Response surface plot of the effect of PEG concentration (x ₁) and KH₂PO₄-K₂HPO₄ concentration (x ₂) on elastase recovery

CONCLUSION

A simple process for extraction and purification of elastase from Bacillus sp. EL31410 fermentation culture was developed. Extraction of elastase in PEG/salt ATPS with high recovery was successfully proved to be a rapid and convenient method that integrated elastase extraction with cell removal. This procedure of extracting elastase using PEG/salt ATPS is an economic approach to large-scale elastase recovery.
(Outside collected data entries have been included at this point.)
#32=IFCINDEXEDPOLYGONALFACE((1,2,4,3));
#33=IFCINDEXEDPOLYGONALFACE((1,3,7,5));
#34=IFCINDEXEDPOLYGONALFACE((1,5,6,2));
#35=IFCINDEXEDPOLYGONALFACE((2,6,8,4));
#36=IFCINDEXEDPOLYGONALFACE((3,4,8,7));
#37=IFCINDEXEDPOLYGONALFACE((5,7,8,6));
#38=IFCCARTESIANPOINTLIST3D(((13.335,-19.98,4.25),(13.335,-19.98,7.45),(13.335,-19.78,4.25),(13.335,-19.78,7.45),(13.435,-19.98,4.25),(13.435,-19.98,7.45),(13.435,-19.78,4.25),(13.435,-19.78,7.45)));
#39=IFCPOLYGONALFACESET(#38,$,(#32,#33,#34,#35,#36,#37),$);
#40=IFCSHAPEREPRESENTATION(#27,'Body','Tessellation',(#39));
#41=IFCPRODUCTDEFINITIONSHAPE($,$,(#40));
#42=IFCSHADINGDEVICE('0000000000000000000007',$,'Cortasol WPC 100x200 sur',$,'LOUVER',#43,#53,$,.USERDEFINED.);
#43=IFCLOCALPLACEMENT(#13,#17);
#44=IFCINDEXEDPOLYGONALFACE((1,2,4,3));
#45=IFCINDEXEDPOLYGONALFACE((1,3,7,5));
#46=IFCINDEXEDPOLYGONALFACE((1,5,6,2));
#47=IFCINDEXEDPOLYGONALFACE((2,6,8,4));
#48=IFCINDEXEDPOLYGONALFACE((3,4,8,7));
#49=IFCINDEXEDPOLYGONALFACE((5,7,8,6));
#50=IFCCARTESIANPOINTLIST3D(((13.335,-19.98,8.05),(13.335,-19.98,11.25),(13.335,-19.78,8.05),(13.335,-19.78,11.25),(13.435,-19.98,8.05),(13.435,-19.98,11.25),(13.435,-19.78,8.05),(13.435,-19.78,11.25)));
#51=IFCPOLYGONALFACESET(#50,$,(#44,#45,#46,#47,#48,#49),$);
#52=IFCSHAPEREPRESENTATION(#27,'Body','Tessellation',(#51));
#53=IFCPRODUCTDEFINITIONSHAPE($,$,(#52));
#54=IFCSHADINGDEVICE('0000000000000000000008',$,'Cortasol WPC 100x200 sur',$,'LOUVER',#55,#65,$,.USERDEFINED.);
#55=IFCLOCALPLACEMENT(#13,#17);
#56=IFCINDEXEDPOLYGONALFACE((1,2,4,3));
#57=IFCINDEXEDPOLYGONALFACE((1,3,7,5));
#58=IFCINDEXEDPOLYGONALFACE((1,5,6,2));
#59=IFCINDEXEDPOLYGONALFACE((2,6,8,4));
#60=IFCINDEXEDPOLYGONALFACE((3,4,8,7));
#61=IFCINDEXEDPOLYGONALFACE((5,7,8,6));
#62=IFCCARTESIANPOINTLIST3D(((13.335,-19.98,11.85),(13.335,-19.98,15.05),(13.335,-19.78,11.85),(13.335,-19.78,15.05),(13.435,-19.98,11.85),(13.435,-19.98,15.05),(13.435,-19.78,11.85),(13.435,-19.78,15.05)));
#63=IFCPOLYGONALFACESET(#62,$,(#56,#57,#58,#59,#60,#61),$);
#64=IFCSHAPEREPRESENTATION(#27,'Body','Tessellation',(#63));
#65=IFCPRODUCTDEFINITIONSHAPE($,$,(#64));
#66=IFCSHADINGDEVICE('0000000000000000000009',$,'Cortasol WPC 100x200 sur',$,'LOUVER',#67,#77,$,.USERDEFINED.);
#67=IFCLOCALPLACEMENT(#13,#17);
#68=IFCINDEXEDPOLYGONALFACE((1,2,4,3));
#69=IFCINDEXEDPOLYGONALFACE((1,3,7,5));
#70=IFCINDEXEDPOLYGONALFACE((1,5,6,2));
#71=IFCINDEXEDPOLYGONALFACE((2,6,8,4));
Statistical experimental designs proved to be useful tools in optimizing elastase extraction in PEG/salt ATPS. The system compositions, PEG 2 000 and KH₂PO₄-K₂HPO₄, strongly affected elastase recovery. The optimal ATPS for elastase extraction from the culture was 23.1% (w/w) PEG 2 000 and 11.7% (w/w) KH₂PO₄-K₂HPO₄ at pH 7.5. In addition to establishing optimal extraction parameters for process operation, the present methodology also makes it possible to predict the elastase recovery when the system is disturbed in some way.